** PROBLEM DETAILS **
When the line with "#133=IFCINDEXEDPOLYGONALFACE((5,17,18,6));" is reached, include it and stop; before that, copy each line of the listing exactly from the first.
** Opening PROVIDED ENTRIES block **
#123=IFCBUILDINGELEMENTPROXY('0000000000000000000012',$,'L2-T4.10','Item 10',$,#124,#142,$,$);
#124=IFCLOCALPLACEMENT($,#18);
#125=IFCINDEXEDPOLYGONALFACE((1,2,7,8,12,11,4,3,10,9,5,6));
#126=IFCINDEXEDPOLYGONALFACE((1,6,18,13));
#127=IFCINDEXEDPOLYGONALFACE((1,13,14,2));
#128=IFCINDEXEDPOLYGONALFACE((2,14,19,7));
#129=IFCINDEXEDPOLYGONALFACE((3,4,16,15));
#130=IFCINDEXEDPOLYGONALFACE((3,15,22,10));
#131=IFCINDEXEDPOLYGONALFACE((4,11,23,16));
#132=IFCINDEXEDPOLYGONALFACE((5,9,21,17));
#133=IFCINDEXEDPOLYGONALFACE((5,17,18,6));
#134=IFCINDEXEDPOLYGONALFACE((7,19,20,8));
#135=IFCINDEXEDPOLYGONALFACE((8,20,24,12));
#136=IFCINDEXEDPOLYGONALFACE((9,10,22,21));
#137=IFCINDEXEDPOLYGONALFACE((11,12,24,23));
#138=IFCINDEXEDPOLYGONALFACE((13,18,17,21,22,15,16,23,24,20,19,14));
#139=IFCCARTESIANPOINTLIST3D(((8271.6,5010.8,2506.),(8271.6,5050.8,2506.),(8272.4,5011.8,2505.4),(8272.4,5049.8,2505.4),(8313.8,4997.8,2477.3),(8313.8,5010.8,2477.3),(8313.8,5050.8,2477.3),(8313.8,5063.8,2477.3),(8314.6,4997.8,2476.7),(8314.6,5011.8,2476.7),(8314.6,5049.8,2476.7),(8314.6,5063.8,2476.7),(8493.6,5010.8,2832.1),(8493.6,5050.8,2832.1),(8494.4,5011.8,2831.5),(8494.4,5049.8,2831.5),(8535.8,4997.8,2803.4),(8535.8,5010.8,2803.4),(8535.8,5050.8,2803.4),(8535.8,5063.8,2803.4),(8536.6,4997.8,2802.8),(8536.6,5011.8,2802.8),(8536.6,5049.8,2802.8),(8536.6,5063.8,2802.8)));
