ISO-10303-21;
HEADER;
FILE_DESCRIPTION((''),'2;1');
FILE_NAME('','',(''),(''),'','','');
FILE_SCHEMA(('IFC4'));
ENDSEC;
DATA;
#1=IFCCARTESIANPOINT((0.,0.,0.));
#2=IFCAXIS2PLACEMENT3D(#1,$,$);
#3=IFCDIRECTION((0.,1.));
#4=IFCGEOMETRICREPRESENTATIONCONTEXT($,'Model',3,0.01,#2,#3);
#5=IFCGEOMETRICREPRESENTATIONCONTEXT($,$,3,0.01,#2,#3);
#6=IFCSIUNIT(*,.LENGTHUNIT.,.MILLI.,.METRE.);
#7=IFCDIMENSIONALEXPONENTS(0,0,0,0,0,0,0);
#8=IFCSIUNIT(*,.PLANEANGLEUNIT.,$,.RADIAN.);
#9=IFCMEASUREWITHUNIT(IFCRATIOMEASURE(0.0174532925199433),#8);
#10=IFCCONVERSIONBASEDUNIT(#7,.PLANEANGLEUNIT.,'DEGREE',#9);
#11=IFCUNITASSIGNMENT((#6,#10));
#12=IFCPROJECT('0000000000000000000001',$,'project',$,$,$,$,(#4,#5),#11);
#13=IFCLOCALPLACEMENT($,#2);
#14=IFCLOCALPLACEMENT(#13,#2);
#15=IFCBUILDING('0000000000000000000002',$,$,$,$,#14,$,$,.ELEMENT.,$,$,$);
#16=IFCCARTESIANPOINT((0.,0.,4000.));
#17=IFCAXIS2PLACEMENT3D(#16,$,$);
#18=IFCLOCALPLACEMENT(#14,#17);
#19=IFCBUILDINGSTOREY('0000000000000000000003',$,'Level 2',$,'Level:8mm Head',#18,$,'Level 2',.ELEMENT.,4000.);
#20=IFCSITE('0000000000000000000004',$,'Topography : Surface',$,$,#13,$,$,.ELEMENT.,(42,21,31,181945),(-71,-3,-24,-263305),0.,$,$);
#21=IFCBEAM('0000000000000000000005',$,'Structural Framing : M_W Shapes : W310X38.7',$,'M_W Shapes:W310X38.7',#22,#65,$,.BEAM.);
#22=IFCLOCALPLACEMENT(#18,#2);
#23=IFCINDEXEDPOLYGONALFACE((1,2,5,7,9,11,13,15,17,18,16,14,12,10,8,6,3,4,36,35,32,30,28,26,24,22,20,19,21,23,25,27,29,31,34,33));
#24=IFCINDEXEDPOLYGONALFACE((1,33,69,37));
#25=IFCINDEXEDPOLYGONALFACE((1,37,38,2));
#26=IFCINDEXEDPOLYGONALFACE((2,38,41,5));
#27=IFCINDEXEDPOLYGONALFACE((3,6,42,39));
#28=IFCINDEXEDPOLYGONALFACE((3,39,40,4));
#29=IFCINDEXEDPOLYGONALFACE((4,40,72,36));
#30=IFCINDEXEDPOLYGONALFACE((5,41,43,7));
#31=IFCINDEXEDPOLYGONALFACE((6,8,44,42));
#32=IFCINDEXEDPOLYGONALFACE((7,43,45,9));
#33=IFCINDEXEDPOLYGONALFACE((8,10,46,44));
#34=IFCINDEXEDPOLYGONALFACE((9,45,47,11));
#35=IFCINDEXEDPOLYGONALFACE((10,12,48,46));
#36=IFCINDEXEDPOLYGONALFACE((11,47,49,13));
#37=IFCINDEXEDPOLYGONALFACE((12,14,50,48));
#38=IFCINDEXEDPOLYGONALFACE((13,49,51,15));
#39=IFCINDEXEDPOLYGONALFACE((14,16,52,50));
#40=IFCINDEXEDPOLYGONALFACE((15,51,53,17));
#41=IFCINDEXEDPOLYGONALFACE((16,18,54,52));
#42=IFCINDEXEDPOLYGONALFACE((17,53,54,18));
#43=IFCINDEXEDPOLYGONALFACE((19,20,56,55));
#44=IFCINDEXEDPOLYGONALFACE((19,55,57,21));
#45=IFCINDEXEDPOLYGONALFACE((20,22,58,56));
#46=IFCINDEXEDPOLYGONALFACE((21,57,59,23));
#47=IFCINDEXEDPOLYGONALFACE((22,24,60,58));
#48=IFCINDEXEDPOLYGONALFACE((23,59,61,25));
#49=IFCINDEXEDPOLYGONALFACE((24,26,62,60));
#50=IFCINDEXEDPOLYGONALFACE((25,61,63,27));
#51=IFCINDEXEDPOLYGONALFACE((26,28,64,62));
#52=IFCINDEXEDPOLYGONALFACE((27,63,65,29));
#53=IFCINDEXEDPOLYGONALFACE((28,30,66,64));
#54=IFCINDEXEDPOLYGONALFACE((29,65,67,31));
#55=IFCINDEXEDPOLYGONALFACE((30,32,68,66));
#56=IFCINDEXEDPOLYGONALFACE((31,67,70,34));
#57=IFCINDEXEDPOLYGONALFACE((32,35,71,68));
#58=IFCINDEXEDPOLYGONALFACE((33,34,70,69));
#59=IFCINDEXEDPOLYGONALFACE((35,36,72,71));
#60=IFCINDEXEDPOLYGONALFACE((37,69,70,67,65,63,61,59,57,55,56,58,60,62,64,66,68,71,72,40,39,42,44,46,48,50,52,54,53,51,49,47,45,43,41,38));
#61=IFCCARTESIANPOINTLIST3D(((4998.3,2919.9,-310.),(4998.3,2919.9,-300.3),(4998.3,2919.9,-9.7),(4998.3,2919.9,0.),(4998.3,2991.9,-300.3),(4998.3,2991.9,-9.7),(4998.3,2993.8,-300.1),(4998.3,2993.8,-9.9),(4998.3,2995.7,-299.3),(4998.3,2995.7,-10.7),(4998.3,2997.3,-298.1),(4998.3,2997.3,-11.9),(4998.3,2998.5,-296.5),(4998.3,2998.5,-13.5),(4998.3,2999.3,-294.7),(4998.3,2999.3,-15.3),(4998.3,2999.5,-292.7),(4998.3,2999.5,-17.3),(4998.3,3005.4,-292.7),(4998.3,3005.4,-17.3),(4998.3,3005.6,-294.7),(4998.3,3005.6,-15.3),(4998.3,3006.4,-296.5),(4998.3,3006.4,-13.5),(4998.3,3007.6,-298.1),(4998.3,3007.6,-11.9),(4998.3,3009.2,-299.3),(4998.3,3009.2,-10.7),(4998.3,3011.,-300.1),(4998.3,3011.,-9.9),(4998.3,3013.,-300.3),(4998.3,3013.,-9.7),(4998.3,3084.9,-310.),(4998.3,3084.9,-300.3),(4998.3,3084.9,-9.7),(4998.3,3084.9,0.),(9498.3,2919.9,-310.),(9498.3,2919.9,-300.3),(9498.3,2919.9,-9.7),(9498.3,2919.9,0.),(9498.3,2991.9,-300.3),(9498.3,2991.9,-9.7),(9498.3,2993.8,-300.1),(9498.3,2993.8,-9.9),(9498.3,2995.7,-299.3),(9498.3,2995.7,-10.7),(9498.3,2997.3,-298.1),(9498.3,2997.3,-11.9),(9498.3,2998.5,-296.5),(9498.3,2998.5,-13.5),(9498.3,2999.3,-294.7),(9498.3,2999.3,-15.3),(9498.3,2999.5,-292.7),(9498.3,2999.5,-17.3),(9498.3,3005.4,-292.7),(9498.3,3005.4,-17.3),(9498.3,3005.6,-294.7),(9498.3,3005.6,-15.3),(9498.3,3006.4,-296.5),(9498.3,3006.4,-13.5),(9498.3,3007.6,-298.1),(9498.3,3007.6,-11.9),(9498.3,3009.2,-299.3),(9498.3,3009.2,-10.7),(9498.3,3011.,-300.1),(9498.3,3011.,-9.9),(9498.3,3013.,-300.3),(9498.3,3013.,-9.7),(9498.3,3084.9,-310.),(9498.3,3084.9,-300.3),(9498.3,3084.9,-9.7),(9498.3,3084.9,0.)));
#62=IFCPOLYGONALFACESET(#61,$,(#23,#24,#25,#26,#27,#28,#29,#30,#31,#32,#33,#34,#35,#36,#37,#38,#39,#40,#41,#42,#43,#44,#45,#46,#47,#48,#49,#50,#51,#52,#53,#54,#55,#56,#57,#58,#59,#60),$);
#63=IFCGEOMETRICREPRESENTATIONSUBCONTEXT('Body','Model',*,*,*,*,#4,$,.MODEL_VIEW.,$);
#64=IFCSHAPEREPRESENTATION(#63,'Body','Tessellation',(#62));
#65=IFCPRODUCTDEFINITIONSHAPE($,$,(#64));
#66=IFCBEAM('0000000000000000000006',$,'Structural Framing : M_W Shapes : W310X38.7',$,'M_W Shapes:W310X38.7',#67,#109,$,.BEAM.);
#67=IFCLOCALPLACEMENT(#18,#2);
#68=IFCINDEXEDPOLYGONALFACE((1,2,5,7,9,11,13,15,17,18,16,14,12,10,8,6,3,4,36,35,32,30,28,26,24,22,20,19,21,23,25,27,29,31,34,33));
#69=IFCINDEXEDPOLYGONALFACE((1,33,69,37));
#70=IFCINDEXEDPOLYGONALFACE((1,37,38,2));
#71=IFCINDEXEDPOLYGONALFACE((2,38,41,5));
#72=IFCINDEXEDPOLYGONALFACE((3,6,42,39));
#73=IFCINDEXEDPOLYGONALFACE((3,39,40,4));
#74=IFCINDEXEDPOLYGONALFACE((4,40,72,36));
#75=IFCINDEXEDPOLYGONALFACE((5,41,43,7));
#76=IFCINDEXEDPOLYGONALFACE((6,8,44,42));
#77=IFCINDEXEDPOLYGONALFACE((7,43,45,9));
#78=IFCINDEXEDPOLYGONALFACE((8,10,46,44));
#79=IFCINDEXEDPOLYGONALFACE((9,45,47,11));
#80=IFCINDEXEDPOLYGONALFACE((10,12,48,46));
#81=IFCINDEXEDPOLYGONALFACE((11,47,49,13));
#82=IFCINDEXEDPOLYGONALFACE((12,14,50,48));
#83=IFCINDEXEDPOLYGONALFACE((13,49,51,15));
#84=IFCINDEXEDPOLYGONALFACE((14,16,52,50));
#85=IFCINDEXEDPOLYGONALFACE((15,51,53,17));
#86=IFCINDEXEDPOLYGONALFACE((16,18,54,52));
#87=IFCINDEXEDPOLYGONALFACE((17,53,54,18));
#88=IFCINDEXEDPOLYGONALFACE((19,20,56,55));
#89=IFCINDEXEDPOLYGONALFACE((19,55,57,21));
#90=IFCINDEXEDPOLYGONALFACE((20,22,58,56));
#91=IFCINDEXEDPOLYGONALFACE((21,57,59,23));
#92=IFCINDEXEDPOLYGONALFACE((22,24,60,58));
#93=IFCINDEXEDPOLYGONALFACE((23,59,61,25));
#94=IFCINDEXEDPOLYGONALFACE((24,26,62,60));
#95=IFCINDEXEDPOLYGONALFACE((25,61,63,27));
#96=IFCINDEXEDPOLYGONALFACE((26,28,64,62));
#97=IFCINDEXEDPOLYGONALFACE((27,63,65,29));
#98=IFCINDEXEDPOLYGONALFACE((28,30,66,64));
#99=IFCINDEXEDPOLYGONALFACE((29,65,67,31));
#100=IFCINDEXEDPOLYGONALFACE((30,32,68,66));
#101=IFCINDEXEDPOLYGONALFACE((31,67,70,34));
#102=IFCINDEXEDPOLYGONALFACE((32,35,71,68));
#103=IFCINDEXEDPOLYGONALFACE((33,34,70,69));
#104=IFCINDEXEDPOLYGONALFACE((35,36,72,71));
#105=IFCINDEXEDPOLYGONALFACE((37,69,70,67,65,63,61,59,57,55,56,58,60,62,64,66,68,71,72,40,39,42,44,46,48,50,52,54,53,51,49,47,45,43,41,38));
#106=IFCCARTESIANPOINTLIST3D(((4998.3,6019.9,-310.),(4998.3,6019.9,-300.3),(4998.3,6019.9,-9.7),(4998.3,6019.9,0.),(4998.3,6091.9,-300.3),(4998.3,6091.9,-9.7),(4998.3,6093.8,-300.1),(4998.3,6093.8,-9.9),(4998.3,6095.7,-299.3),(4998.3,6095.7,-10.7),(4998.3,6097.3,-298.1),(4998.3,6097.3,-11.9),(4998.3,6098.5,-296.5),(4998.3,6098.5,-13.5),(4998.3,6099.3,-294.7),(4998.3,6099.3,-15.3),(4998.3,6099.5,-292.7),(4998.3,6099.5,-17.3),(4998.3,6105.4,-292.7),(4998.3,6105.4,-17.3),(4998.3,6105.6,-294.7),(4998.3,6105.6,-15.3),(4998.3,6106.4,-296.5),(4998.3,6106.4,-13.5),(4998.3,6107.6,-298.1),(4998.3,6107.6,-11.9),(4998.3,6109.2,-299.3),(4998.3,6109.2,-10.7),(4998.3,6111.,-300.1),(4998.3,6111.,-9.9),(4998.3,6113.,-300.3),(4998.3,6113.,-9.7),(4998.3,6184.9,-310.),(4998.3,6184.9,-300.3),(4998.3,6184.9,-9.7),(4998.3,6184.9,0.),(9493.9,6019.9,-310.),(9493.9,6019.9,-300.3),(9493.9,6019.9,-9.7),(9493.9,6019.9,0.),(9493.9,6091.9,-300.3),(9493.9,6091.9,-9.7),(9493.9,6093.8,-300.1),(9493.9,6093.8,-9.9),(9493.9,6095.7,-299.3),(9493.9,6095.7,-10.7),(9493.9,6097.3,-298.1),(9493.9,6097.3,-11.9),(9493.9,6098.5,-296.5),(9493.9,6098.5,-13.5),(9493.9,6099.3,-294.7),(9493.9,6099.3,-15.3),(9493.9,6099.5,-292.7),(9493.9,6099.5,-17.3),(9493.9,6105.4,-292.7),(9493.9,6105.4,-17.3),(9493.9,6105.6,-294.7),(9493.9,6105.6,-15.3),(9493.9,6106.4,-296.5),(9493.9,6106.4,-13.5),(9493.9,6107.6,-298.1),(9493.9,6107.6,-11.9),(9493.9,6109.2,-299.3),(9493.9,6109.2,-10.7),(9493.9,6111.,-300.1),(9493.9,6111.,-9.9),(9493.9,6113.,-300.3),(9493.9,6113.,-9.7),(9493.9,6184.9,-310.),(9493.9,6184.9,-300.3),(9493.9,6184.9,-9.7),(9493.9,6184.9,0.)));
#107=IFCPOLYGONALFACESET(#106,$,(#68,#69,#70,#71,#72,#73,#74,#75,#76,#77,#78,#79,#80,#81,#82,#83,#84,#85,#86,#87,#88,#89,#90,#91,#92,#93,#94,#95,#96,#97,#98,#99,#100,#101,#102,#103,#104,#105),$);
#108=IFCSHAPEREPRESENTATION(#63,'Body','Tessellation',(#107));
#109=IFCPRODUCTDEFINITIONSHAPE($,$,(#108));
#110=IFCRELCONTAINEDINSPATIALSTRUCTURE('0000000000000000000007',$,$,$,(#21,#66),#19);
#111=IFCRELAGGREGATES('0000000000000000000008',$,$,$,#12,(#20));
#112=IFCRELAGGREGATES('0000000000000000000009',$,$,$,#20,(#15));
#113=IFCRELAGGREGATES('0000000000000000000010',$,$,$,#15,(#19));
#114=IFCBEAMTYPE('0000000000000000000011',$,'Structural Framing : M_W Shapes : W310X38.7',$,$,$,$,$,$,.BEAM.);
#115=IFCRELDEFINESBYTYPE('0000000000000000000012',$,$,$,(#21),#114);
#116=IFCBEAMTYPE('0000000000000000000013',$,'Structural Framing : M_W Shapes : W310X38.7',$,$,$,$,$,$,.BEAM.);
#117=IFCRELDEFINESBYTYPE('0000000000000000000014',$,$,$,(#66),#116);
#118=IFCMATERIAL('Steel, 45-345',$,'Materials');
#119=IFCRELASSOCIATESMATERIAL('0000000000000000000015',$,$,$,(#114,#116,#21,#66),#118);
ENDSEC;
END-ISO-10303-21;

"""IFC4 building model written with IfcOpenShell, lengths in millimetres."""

from ifc_helpers import new_model, entity, si_unit, converted_unit, direction, frame, frame_2d, origin, place, context, subcontext, project, spatial, i_section, extrude, source, transform, mapped, material, material_profile, profile_set, profile_usage, type_object, type_shapes, element, save


model = new_model("IFC4")

# Units and contexts
model_context = context("Model", 3, precision=0.01, world=origin(), true_north=direction((0.0, 1.0)))
context_of_model = context(None, 3, precision=0.01, world=origin(), true_north=direction((0.0, 1.0)))
body_context = subcontext(model_context, "Body", "Model", "MODEL_VIEW")
ifc_project = project(units=[si_unit("LENGTHUNIT", "METRE", prefix="MILLI"), converted_unit("PLANEANGLEUNIT", "DEGREE", entity("IfcRatioMeasure", 0.0174532925199433), si_unit("PLANEANGLEUNIT", "RADIAN"), dimensions=[0, 0, 0, 0, 0, 0, 0])], contexts=[model_context, context_of_model])

# Site, building, storey
site_placement = place(None, origin())
site = spatial("IfcSite", under=ifc_project, at=site_placement, Name="Topography : Surface", CompositionType="ELEMENT", RefLatitude=(42, 21, 31, 181945), RefLongitude=(-71, -3, -24, -263305), RefElevation=0.0)
building_placement = place(site_placement, origin())
building = spatial("IfcBuilding", under=site, at=building_placement, CompositionType="ELEMENT")
storey_placement = place(building_placement, frame((0.0, 0.0, 4000.0)))
storey = spatial("IfcBuildingStorey", under=building, at=storey_placement, Name="Level 2", ObjectType="Level:8mm Head", LongName="Level 2", CompositionType="ELEMENT", Elevation=4000.0)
** Closing PROVIDED ENTRIES block **
** ANSWER SECTION **
#123=IFCBUILDINGELEMENTPROXY('0000000000000000000012',$,'L2-T4.10','Item 10',$,#124,#142,$,$);
#124=IFCLOCALPLACEMENT($,#18);
#125=IFCINDEXEDPOLYGONALFACE((1,2,7,8,12,11,4,3,10,9,5,6));
#126=IFCINDEXEDPOLYGONALFACE((1,6,18,13));
#127=IFCINDEXEDPOLYGONALFACE((1,13,14,2));
#128=IFCINDEXEDPOLYGONALFACE((2,14,19,7));
#129=IFCINDEXEDPOLYGONALFACE((3,4,16,15));
#130=IFCINDEXEDPOLYGONALFACE((3,15,22,10));
#131=IFCINDEXEDPOLYGONALFACE((4,11,23,16));
#132=IFCINDEXEDPOLYGONALFACE((5,9,21,17));
#133=IFCINDEXEDPOLYGONALFACE((5,17,18,6));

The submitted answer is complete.